Dutch writer and director (1944–2019)

Rene Daalder (born René Daalder 3 March 1944 in Texel, North Holland; died 31 December 2019, sometimes credited as Renee Daalder) was a Dutch writer and director. He lived in Los Angeles. Originally a protégé of Russ Meyer, Daalder has worked with Jan de Bont, Frans Bromet, and Rem Koolhaas.

He is regarded as a pioneer of virtual reality and digital motion picture technologies.

==Movies==
His movies include the teenage horror classic Massacre at Central High (1976); the punk-rock musical Population: 1 (1986); Habitat (1997); and Hysteria (1997). He also directed the music video for Supertramp's "Brother Where You Bound". In October 2008, Population: 1, which features Tomata du Plenty of The Screamers, was released on DVD. He also wrote and directed a documentary on Bas Jan Ader entitled Here is Always Somewhere Else, which was released on DVD in November 2008.

==Other projects==
At the end of 2007, Rene Daalder launched SpaceCollective in collaboration with Folkert Gorter. The community-driven website, where information and ideas are being exchanged about the current state of our species, our planet and the universe, has over 2500 contributors. A growing number of universities, architecture and design schools are conducting projects on the website.
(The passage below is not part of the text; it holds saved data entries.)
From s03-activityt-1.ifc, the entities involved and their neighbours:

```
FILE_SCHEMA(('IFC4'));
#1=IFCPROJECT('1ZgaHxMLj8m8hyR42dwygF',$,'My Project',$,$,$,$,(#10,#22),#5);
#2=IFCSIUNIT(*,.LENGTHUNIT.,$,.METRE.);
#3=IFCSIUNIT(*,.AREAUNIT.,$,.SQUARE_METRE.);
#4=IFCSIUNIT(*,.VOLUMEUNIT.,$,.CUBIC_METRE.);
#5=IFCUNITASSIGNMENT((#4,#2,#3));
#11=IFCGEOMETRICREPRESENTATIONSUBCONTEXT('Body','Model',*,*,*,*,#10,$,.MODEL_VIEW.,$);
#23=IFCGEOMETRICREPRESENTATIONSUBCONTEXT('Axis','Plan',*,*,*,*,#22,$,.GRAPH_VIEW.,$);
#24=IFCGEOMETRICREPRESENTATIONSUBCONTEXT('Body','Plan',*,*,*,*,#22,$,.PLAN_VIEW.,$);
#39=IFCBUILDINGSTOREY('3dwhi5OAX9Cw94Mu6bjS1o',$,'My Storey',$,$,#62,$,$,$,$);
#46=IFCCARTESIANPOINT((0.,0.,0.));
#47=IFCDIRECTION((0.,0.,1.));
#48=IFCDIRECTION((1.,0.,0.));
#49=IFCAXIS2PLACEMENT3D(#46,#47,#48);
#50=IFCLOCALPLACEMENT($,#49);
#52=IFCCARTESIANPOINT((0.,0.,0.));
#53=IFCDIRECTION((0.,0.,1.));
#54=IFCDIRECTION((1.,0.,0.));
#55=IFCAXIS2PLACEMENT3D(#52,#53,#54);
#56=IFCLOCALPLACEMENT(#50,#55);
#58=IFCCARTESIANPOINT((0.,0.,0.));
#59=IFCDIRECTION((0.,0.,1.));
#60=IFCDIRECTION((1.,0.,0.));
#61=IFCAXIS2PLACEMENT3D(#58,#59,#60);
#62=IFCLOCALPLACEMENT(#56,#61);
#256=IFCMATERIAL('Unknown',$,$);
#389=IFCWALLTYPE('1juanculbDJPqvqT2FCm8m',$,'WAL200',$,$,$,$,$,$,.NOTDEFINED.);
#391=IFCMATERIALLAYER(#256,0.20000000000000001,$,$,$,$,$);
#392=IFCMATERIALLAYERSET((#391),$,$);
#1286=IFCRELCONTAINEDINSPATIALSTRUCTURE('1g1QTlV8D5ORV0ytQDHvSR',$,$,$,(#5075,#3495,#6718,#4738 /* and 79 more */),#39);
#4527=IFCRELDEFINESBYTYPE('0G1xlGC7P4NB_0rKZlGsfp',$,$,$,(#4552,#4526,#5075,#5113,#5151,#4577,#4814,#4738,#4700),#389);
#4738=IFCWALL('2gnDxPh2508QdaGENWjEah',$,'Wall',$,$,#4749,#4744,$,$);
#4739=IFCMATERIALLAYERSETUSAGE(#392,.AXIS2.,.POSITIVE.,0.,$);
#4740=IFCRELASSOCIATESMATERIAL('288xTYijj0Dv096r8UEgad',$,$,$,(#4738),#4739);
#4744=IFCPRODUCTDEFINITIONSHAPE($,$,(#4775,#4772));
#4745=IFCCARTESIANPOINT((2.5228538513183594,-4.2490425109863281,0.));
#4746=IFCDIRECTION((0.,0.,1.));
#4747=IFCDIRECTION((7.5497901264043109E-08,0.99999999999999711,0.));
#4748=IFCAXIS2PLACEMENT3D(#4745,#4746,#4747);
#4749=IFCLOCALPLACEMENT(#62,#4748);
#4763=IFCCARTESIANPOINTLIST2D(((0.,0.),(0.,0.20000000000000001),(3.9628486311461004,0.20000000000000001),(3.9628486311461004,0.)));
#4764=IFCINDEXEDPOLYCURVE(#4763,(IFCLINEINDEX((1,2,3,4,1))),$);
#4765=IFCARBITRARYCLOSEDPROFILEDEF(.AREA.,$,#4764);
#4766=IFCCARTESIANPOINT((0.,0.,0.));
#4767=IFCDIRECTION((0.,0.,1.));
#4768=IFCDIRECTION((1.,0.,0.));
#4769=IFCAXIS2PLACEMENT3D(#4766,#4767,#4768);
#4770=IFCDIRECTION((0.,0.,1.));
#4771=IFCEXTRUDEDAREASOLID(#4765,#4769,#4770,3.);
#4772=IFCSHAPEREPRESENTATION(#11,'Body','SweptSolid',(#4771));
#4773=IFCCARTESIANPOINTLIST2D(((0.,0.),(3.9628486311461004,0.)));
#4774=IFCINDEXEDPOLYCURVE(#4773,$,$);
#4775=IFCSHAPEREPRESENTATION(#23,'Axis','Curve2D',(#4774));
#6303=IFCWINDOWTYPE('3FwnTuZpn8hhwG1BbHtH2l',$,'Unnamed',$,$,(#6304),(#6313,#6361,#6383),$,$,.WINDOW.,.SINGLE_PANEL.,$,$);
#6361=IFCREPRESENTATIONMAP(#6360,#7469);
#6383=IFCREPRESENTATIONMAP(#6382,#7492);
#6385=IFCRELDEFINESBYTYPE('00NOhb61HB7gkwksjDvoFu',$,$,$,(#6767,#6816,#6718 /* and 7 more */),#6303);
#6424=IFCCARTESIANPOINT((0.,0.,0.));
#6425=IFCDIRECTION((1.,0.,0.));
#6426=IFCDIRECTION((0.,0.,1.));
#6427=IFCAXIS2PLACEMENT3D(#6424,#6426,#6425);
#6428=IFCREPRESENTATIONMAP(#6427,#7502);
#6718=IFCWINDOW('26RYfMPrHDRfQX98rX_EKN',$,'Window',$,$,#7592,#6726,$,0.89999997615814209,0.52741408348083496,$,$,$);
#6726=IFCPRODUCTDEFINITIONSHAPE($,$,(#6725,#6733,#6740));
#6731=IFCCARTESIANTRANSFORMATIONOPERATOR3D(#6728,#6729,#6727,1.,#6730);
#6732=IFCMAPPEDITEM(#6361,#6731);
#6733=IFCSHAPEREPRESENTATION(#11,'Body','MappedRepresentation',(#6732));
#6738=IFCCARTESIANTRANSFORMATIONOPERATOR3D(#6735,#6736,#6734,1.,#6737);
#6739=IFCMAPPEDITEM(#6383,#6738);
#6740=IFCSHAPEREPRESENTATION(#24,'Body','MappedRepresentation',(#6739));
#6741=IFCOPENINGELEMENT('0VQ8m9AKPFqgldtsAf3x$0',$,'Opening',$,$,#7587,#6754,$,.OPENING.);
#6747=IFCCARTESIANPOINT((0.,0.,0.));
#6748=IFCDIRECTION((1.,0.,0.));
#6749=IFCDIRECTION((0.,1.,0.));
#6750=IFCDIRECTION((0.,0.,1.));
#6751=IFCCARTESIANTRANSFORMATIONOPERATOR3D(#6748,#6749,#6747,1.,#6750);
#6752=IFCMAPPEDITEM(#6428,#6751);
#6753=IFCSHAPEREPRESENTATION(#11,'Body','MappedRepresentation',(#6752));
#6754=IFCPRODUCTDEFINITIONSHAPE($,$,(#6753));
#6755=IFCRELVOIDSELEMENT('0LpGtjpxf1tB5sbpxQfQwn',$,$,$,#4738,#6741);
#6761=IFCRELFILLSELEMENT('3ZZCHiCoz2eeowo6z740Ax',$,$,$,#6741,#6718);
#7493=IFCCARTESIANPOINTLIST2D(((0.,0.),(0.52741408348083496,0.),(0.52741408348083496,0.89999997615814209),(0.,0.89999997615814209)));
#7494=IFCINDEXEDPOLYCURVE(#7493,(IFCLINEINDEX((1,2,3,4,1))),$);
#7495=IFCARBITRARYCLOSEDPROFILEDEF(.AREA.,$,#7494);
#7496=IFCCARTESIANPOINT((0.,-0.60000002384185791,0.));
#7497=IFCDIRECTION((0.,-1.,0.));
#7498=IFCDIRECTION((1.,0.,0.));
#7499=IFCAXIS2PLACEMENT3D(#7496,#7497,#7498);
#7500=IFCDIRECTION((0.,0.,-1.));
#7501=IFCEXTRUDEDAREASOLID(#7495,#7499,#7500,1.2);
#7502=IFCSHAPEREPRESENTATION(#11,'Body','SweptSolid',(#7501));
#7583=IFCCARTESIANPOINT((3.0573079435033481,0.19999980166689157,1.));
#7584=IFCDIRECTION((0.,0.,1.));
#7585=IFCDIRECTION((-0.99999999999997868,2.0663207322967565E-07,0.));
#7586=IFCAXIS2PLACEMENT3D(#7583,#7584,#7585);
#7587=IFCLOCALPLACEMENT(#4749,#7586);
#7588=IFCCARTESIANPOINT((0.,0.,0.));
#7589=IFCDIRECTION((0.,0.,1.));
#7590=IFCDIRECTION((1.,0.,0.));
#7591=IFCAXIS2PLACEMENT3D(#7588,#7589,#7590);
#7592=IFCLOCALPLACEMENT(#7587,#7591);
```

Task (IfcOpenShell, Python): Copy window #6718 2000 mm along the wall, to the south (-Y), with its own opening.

```python
import ifcopenshell
import ifcopenshell.api.feature
import ifcopenshell.api.geometry
import ifcopenshell.api.root
import ifcopenshell.geom
import ifcopenshell.util.element
import ifcopenshell.util.placement
import ifcopenshell.util.shape
import ifcopenshell.util.unit

model = ifcopenshell.open("s03-activityt-1.ifc")
unit_scale = ifcopenshell.util.unit.calculate_unit_scale(model)
settings = ifcopenshell.geom.settings()


def volume(element):
    """Net volume in cubic metres, openings subtracted."""
    shape = ifcopenshell.geom.create_shape(settings, element)
    return ifcopenshell.util.shape.get_volume(shape.geometry)


window = model.by_id(6718)
opening = window.FillsVoids[0].RelatingOpeningElement
wall = opening.VoidsElements[0].RelatingBuildingElement
before = volume(wall)
shift = ifcopenshell.util.placement.get_local_placement(wall.ObjectPlacement)[:3, 0] * -2 / unit_scale

# copy_class copies the void relationship, type, container and properties, but no geometry.
new_opening = ifcopenshell.api.root.copy_class(model, product=opening)
new_opening.Representation = ifcopenshell.util.element.copy_deep(
    model, opening.Representation, exclude=["IfcGeometricRepresentationContext", "IfcRepresentationMap"]
)
new_window = ifcopenshell.api.root.copy_class(model, product=window)
new_window.Representation = ifcopenshell.util.element.copy_deep(
    model, window.Representation, exclude=["IfcGeometricRepresentationContext", "IfcRepresentationMap"]
)
ifcopenshell.api.feature.add_filling(model, opening=new_opening, element=new_window)

for old, new in ((opening, new_opening), (window, new_window)):
    matrix = ifcopenshell.util.placement.get_local_placement(old.ObjectPlacement)
    matrix[:3, 3] += shift
    ifcopenshell.api.geometry.edit_object_placement(model, product=new, matrix=matrix, is_si=False)

after = volume(wall)

print(f"wall volume {before:.3f} -> {after:.3f} m3")

model.write("s03-activityt-1_rev.ifc")
```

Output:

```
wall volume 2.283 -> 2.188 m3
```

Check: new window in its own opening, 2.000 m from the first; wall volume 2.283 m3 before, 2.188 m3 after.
In 2008 Rene proposed a new genre of art called “Gravity Art” based on the idea of gravity as a medium. Bas Jan Ader is seen as the founder of this genre, for the themes of his work of falling and letting go.

In 1989, a movie based on the Beatles song, Strawberry Fields Forever was in production and was to serve as a pseudo-sequel to The Beatles first animated movie Yellow Submarine. After being canceled in 1992, in 2009, a revival was attempted, Daalder approached to be the producer but was canceled. One of the concept artists who worked on Strawberry Fields was Polish surrealist artist Jacek Yerka, in which two of his paintings "Creation Of Life" and "Technobeach" was concept art for the movie before the movie was permanently shelved.